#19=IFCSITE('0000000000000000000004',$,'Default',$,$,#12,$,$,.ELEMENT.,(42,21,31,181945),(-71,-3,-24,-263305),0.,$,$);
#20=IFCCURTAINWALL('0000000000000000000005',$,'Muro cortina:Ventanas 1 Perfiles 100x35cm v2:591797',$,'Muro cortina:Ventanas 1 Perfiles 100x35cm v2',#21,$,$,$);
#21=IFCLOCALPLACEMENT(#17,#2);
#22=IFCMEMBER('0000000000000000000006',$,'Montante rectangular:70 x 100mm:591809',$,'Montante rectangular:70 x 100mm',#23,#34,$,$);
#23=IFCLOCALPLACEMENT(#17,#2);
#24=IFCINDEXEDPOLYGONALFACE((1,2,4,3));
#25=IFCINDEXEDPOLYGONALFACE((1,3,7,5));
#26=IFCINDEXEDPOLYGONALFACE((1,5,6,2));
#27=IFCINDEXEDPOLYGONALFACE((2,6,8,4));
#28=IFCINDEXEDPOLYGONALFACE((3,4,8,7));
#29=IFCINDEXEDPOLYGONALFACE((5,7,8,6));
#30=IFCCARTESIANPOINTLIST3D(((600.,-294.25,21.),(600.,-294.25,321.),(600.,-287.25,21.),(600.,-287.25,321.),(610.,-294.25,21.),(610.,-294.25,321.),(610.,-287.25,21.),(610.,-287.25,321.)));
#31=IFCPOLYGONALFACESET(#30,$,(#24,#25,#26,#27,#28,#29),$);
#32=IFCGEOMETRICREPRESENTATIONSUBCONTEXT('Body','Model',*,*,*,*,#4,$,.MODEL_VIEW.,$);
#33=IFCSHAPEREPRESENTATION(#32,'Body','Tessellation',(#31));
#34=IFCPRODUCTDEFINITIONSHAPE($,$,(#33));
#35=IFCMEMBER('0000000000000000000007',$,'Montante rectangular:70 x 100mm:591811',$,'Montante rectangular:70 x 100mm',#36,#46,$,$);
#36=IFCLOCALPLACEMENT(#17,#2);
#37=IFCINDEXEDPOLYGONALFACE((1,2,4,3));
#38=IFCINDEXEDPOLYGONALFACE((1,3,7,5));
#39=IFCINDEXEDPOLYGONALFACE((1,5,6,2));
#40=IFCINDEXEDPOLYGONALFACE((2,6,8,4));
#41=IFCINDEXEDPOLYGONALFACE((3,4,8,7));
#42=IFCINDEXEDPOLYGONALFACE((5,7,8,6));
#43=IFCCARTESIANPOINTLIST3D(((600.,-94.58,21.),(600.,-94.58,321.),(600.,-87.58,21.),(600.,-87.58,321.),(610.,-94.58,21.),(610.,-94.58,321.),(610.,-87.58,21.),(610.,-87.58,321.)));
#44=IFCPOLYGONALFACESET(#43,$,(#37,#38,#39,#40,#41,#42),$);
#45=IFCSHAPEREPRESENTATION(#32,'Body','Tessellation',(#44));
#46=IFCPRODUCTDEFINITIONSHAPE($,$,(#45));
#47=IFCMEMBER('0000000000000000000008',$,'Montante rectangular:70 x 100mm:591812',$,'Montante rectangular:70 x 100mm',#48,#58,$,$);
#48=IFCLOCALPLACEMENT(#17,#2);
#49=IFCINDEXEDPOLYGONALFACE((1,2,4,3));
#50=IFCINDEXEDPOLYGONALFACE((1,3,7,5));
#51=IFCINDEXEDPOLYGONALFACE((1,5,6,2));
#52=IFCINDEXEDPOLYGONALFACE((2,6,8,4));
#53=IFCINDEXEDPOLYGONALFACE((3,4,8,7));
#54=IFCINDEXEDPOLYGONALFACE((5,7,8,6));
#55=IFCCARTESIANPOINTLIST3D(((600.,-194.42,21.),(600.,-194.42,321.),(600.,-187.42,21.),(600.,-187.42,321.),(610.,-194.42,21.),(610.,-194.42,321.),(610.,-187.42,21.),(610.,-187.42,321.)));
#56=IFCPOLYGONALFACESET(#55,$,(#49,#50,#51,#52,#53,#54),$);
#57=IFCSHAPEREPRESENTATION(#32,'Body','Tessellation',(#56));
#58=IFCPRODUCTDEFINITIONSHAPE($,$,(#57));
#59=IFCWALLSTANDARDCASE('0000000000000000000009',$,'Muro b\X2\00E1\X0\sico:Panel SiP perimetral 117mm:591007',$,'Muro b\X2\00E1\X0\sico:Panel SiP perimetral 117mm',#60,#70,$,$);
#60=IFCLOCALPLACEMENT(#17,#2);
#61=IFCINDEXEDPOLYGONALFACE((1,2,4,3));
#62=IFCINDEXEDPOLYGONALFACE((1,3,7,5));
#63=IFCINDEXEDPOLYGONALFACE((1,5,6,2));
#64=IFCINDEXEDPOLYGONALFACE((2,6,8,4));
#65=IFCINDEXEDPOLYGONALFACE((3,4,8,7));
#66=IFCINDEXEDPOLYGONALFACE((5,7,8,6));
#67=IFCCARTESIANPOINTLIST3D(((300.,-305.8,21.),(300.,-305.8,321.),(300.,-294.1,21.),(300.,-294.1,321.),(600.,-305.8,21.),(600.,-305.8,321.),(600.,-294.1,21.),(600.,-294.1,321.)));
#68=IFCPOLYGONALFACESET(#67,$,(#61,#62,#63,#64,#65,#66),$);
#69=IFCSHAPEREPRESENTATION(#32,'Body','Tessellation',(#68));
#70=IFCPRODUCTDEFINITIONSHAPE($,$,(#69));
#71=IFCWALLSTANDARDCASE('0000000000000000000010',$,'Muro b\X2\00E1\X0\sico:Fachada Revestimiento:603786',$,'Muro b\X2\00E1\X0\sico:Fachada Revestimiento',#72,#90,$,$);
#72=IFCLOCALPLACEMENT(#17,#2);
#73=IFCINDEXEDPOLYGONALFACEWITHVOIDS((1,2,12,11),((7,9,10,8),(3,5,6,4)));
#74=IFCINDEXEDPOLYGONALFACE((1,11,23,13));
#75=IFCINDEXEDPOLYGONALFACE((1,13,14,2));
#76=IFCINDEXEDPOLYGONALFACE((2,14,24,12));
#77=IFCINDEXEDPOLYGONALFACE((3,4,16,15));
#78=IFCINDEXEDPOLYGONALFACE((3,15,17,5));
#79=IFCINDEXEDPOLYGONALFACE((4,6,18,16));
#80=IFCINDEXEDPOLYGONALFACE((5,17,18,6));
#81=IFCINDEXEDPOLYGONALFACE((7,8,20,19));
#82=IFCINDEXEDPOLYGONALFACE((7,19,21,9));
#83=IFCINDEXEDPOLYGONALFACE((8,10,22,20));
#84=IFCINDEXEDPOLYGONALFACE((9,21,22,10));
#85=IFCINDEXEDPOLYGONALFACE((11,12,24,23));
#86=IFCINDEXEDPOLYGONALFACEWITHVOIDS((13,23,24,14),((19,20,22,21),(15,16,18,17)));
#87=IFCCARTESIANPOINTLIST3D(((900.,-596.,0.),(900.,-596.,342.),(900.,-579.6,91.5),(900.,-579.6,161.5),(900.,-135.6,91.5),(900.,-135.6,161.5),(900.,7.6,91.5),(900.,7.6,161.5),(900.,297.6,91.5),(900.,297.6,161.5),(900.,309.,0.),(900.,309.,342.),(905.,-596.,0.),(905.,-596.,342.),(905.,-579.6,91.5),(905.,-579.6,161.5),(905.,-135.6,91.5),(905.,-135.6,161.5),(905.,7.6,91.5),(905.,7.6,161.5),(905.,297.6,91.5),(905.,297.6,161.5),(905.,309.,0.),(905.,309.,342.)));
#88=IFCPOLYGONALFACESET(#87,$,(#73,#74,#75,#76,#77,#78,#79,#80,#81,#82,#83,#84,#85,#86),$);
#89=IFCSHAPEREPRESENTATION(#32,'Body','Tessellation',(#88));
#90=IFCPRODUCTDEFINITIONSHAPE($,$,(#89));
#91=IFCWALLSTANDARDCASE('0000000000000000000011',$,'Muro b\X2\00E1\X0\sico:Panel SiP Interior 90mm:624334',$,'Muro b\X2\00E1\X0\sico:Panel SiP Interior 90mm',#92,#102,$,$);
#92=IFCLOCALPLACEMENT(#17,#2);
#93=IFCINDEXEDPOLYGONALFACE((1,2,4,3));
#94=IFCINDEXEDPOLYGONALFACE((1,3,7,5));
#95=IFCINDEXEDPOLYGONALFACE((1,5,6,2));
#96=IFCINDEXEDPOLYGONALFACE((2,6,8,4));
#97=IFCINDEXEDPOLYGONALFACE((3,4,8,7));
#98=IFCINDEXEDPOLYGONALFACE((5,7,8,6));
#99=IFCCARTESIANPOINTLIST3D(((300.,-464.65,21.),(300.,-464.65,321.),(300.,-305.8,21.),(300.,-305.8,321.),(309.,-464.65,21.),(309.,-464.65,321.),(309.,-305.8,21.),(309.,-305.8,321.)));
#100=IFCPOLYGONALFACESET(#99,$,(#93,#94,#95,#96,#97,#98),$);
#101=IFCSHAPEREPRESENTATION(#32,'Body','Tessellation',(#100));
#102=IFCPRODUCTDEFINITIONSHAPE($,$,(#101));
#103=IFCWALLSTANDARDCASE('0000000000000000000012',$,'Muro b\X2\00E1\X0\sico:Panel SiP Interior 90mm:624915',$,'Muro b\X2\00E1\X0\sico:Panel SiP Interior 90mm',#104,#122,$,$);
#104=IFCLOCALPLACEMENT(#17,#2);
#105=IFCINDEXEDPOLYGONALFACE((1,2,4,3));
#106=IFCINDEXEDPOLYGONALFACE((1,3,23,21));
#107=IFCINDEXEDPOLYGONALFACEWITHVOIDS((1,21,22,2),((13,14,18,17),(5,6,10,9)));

· · ·

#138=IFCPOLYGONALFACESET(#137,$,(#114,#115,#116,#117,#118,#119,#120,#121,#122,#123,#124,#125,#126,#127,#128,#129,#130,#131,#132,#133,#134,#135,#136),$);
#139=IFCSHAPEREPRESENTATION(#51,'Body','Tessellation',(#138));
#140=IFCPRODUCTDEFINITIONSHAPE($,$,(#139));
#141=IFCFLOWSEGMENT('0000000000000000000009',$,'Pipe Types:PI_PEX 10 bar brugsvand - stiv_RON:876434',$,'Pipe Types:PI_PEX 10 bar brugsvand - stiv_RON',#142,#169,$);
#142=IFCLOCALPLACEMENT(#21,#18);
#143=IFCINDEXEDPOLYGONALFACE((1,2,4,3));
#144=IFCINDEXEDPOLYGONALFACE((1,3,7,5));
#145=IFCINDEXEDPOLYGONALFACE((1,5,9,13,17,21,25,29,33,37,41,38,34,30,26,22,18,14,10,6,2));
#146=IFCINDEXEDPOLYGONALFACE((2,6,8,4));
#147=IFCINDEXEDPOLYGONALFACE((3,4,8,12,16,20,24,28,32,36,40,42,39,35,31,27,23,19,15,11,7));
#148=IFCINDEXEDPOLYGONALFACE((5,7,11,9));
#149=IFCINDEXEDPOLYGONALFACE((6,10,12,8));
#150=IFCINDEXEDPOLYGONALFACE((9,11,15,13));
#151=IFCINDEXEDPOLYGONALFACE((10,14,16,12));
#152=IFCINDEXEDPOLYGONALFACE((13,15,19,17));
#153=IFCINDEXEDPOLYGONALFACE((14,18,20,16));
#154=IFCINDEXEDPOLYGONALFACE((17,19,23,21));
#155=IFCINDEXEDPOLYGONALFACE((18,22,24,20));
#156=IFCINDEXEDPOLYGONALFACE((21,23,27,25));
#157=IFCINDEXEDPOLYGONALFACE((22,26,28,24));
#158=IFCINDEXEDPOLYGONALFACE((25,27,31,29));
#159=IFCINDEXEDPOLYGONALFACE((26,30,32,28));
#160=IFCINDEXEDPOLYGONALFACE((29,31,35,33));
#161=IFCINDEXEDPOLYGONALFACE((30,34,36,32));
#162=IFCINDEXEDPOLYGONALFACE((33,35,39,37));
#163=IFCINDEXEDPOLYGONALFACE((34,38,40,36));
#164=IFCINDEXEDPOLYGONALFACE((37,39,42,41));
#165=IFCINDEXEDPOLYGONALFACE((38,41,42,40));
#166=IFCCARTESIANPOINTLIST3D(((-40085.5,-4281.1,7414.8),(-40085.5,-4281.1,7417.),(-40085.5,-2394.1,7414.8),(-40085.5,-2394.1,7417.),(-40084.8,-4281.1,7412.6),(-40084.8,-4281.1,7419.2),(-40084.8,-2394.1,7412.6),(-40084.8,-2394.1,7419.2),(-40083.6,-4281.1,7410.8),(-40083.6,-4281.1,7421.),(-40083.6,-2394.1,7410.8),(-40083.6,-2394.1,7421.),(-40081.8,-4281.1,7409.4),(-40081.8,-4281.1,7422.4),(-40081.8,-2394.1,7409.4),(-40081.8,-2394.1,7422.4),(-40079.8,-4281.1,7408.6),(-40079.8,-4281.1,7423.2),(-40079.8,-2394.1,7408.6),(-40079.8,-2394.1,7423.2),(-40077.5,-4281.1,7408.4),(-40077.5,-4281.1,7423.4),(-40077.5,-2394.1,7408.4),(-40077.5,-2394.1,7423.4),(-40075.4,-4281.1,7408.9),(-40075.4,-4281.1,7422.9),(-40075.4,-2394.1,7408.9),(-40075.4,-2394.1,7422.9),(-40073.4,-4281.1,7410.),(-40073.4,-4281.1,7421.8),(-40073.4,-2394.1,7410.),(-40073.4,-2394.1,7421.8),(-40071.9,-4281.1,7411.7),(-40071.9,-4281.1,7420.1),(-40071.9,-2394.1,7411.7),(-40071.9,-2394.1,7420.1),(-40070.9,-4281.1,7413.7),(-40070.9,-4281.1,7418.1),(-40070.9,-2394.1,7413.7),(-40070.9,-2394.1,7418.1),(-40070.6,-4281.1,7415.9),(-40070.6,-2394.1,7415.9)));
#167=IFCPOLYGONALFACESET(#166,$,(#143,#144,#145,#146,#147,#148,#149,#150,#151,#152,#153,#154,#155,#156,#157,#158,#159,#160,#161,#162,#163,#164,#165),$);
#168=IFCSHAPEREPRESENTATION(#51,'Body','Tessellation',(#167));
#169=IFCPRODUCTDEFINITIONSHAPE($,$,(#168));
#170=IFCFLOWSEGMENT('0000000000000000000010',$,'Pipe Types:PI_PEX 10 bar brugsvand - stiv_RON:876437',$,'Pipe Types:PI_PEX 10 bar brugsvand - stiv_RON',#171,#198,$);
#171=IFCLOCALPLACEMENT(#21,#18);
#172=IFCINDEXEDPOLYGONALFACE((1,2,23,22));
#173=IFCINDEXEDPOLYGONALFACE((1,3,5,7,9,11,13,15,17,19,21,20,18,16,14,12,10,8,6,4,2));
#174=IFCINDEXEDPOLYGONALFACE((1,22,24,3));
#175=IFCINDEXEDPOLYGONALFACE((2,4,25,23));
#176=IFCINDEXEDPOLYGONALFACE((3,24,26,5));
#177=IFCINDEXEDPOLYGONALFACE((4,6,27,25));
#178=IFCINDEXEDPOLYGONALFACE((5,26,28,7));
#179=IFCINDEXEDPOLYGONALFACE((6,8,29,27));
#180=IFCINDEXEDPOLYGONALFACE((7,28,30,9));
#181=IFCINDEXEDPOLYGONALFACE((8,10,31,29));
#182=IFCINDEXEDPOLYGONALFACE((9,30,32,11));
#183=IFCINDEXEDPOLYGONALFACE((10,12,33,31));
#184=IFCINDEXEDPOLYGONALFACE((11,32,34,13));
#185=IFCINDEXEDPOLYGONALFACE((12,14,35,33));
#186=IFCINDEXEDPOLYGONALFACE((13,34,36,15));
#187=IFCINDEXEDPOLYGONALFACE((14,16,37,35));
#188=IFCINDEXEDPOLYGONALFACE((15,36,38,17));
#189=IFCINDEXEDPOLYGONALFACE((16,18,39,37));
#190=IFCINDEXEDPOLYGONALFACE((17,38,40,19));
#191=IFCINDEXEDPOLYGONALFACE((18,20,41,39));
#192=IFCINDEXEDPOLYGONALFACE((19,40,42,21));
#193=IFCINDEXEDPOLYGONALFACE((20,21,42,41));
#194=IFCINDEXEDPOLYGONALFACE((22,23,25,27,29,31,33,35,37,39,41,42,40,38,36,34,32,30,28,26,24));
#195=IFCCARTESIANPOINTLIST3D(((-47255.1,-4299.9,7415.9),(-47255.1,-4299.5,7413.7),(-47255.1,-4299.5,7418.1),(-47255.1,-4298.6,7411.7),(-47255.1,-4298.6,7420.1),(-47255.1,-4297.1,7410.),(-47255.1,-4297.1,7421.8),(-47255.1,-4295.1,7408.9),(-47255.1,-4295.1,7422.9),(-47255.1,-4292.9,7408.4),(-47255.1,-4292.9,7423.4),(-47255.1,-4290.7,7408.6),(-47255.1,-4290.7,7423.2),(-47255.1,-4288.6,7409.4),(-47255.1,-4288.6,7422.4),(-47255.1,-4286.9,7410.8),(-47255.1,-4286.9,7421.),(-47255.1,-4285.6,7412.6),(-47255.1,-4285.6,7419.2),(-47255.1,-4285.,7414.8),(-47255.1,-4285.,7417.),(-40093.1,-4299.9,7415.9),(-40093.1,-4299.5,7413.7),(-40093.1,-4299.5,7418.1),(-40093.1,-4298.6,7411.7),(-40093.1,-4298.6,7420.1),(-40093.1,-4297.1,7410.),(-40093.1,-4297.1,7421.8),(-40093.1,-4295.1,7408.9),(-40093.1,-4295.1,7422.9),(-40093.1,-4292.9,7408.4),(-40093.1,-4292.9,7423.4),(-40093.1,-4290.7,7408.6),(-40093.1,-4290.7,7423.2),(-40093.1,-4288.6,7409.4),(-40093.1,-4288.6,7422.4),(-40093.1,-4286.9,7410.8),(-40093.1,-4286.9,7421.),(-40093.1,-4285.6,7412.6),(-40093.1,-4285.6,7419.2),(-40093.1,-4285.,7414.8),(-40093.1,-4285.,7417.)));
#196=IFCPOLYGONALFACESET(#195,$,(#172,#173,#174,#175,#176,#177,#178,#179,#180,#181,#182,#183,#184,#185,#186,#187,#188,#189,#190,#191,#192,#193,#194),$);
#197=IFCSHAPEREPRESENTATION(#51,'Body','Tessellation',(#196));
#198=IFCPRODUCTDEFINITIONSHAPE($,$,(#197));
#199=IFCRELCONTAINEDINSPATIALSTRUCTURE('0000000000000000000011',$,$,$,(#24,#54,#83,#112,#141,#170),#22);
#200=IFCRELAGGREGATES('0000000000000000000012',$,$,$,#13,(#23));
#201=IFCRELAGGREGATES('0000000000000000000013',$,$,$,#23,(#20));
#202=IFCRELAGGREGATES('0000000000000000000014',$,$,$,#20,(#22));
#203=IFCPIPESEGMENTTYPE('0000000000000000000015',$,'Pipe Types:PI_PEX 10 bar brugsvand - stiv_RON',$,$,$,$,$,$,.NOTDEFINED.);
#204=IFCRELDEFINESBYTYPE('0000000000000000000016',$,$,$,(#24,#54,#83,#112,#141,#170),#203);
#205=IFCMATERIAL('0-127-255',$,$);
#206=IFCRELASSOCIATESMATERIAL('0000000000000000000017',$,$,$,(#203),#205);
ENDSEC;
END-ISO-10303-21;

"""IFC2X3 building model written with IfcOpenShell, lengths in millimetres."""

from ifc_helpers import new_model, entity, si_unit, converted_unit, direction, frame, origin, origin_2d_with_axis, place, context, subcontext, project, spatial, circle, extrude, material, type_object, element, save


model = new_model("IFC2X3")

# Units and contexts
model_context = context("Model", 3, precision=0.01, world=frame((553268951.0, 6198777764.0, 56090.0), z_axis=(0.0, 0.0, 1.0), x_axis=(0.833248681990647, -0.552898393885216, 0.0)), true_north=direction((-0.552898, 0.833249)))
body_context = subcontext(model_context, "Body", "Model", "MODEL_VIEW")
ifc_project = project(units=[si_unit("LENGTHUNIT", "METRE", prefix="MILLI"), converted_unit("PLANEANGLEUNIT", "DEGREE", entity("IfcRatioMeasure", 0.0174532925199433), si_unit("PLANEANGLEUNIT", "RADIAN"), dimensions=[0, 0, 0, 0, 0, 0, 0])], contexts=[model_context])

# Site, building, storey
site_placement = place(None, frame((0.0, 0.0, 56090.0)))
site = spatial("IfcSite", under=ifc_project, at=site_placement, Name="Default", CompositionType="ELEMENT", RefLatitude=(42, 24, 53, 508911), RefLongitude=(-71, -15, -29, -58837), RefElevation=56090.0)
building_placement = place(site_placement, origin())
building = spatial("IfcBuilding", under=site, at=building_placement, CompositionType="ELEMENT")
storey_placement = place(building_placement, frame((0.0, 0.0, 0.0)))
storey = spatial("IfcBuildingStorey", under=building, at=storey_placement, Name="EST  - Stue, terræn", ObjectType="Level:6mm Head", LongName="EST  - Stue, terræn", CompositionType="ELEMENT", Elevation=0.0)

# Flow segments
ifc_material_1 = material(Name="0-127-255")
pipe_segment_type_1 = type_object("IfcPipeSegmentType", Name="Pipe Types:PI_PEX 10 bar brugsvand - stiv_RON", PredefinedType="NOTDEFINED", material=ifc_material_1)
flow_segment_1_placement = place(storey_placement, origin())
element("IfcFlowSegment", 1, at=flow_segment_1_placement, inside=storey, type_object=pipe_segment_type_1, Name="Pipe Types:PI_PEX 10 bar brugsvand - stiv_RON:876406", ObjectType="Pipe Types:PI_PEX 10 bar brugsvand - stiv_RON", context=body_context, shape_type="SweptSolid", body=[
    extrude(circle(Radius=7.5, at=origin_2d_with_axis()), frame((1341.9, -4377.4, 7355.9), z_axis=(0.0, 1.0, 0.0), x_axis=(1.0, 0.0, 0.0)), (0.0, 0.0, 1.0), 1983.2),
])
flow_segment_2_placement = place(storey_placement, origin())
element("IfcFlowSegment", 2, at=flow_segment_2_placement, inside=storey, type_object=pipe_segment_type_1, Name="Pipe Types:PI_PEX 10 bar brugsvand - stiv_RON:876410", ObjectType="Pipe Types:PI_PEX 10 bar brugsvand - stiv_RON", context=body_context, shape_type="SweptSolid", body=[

· · ·

Please give again the lines above between the line holding "0.0)), true_north=direction((-0.552898, 0.833249)))" and the line holding "frame((0.0, 0.0, 0.0)))", inclusive, exactly as they are and with nothing added.

model_context = context("Model", 3, precision=0.01, world=frame((553268951.0, 6198777764.0, 56090.0), z_axis=(0.0, 0.0, 1.0), x_axis=(0.833248681990647, -0.552898393885216, 0.0)), true_north=direction((-0.552898, 0.833249)))
body_context = subcontext(model_context, "Body", "Model", "MODEL_VIEW")
ifc_project = project(units=[si_unit("LENGTHUNIT", "METRE", prefix="MILLI"), converted_unit("PLANEANGLEUNIT", "DEGREE", entity("IfcRatioMeasure", 0.0174532925199433), si_unit("PLANEANGLEUNIT", "RADIAN"), dimensions=[0, 0, 0, 0, 0, 0, 0])], contexts=[model_context])

# Site, building, storey
site_placement = place(None, frame((0.0, 0.0, 56090.0)))
site = spatial("IfcSite", under=ifc_project, at=site_placement, Name="Default", CompositionType="ELEMENT", RefLatitude=(42, 24, 53, 508911), RefLongitude=(-71, -15, -29, -58837), RefElevation=56090.0)
building_placement = place(site_placement, origin())
building = spatial("IfcBuilding", under=site, at=building_placement, CompositionType="ELEMENT")
storey_placement = place(building_placement, frame((0.0, 0.0, 0.0)))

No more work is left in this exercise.